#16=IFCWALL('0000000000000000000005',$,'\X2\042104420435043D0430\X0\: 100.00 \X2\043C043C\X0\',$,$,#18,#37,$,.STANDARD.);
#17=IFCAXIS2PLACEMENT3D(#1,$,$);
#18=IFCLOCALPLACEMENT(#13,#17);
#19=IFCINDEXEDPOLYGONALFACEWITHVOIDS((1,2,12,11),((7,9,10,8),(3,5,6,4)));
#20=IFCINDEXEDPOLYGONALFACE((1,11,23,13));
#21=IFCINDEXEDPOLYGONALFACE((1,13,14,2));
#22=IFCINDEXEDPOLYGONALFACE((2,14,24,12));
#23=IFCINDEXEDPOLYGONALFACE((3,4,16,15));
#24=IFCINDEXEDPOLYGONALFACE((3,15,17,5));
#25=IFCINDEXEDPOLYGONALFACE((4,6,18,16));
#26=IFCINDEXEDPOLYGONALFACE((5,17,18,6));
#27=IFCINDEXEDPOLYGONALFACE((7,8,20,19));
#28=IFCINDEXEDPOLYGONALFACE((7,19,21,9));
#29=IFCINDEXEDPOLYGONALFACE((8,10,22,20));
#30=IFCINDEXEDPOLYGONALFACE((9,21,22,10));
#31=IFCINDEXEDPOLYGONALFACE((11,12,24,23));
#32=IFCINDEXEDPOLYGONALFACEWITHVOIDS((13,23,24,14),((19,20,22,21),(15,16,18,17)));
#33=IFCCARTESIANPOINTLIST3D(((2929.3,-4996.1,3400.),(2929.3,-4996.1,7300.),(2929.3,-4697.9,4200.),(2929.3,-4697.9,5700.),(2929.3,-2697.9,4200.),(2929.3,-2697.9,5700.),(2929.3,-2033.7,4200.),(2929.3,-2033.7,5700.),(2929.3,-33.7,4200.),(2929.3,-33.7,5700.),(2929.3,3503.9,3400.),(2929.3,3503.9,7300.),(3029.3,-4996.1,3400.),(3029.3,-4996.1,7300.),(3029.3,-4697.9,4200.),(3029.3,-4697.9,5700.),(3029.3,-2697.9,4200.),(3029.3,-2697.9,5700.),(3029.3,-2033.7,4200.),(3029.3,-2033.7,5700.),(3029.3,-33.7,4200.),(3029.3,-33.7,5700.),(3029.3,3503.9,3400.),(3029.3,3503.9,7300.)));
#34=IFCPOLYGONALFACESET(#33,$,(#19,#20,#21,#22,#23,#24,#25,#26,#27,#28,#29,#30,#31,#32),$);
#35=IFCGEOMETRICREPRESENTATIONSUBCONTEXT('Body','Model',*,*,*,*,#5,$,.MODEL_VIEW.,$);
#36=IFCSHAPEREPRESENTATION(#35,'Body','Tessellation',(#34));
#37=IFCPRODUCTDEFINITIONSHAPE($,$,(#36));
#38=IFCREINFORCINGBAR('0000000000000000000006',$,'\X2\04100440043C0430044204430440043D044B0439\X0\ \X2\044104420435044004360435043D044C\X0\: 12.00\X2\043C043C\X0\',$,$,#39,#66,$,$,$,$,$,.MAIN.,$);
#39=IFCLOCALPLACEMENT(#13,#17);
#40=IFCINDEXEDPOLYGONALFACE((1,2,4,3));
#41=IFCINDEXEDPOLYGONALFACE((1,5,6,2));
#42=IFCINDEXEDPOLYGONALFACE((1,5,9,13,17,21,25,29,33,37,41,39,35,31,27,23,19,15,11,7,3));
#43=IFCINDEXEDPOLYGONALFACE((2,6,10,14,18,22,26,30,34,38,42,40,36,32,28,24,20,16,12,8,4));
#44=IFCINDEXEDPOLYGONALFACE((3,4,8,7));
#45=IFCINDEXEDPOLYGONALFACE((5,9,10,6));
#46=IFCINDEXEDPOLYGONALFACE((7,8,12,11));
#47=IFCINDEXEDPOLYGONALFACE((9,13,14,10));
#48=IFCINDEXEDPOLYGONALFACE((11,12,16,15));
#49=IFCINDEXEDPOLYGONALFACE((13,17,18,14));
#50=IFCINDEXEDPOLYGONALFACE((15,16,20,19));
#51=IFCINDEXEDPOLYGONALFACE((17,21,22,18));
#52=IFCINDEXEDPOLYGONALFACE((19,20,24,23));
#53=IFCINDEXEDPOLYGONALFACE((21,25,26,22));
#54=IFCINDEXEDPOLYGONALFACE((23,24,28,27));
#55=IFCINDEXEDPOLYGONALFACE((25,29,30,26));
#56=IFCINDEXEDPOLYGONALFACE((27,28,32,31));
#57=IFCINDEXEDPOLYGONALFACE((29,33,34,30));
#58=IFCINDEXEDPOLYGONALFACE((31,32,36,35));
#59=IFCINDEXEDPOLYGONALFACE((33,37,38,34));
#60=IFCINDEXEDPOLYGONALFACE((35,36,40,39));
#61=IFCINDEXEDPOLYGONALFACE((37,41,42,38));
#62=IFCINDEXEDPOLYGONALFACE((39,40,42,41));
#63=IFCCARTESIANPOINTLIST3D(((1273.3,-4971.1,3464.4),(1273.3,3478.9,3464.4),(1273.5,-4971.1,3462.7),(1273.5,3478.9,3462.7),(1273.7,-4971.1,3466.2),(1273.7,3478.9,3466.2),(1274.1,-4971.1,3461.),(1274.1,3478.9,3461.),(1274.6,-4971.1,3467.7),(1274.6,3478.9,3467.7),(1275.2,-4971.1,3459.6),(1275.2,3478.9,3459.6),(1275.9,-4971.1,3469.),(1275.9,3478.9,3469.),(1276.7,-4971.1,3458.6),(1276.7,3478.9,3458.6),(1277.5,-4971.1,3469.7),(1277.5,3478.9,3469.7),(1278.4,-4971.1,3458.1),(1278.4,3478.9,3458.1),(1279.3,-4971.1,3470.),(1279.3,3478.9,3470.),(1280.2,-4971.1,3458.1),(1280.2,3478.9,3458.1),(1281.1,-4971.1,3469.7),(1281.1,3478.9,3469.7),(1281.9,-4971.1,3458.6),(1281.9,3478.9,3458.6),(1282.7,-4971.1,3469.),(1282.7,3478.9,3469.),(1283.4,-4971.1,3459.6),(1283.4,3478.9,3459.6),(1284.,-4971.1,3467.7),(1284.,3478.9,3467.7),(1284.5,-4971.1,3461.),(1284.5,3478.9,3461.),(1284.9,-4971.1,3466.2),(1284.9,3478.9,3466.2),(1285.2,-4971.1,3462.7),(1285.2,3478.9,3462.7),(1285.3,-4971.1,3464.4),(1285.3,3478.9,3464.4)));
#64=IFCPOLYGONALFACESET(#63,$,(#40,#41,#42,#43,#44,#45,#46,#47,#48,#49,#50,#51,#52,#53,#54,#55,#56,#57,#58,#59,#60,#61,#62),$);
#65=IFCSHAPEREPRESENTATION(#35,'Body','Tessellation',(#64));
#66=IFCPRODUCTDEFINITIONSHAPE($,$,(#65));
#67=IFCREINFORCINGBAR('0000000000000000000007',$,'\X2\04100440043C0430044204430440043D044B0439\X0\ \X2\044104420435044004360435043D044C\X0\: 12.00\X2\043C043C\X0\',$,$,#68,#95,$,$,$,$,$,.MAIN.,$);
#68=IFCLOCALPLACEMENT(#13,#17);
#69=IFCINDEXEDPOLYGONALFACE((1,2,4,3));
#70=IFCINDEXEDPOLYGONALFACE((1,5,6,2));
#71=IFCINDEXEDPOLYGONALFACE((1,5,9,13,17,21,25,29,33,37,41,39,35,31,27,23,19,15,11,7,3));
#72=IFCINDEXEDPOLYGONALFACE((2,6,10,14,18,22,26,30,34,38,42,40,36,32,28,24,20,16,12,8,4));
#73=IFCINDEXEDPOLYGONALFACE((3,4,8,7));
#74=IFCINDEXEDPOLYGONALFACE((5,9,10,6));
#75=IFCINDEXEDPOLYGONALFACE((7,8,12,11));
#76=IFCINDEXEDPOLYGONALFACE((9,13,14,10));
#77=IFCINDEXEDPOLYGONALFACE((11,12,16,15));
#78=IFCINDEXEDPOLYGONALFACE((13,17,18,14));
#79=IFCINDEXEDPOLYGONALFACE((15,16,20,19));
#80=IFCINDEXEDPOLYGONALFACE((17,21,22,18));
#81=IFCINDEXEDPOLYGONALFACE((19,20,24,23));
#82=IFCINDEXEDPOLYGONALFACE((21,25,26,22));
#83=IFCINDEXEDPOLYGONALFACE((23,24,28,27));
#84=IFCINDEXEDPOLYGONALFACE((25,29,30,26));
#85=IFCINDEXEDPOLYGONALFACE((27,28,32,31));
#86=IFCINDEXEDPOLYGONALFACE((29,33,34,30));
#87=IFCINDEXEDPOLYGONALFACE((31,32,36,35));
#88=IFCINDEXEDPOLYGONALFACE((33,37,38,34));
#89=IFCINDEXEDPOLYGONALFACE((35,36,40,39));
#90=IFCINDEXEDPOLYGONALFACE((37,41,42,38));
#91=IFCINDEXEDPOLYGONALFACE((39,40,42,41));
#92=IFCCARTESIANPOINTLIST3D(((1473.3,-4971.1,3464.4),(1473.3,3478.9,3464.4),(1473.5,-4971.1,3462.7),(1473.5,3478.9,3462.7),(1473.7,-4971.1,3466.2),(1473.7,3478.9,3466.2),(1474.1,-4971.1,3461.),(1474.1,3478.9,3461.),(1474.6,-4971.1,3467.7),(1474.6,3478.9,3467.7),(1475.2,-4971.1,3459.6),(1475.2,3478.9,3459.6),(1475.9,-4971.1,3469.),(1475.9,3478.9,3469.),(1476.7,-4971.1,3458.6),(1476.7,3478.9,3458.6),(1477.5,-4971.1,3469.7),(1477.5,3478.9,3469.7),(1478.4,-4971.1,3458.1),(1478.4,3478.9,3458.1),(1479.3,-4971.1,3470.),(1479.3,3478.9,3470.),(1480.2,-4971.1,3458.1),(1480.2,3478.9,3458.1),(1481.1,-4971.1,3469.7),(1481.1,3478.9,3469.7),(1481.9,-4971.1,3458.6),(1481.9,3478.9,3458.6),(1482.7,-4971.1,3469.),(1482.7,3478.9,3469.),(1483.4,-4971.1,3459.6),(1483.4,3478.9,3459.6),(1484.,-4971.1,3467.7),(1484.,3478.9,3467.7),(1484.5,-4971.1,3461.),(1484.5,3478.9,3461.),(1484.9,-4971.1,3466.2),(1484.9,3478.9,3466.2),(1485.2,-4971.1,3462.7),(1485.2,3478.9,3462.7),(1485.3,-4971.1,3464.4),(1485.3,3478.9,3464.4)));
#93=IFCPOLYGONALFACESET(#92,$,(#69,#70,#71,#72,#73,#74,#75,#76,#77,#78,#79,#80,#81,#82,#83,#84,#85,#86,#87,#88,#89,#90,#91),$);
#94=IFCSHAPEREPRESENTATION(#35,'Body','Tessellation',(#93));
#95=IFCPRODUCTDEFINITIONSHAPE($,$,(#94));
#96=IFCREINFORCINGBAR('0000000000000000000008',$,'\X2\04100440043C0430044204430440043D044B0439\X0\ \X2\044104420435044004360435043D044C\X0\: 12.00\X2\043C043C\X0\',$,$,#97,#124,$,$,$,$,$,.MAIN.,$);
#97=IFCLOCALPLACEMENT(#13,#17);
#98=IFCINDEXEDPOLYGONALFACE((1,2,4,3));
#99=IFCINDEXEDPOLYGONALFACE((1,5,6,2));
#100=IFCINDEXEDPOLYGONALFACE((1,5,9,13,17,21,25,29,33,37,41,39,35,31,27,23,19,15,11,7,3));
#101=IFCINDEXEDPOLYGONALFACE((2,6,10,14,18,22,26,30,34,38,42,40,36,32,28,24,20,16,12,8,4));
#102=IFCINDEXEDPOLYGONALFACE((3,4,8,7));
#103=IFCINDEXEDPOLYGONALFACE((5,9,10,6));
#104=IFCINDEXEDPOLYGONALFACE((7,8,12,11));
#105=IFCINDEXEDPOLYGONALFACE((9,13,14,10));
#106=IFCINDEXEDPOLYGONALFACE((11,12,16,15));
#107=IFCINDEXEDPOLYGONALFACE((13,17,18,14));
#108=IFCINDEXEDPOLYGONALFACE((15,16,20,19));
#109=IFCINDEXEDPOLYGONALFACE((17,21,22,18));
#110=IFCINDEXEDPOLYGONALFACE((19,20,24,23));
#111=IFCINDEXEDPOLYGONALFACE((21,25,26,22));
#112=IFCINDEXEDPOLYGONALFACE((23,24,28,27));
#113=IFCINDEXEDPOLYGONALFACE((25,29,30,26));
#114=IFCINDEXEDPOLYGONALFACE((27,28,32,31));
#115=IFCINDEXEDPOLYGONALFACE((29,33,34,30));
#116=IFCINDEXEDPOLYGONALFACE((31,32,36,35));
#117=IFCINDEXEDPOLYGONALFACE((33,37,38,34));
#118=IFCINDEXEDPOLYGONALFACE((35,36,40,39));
+-------+
### Task description
In the listing above, transcribe exactly everything from the line containing "#18=IFCLOCALPLACEMENT(#13,#17);" down to the line containing "#25=IFCINDEXEDPOLYGONALFACE((4,6,18,16));", including both and nothing more.

### Written solution
#18=IFCLOCALPLACEMENT(#13,#17);
#19=IFCINDEXEDPOLYGONALFACEWITHVOIDS((1,2,12,11),((7,9,10,8),(3,5,6,4)));
#20=IFCINDEXEDPOLYGONALFACE((1,11,23,13));
#21=IFCINDEXEDPOLYGONALFACE((1,13,14,2));
#22=IFCINDEXEDPOLYGONALFACE((2,14,24,12));
#23=IFCINDEXEDPOLYGONALFACE((3,4,16,15));
#24=IFCINDEXEDPOLYGONALFACE((3,15,17,5));
#25=IFCINDEXEDPOLYGONALFACE((4,6,18,16));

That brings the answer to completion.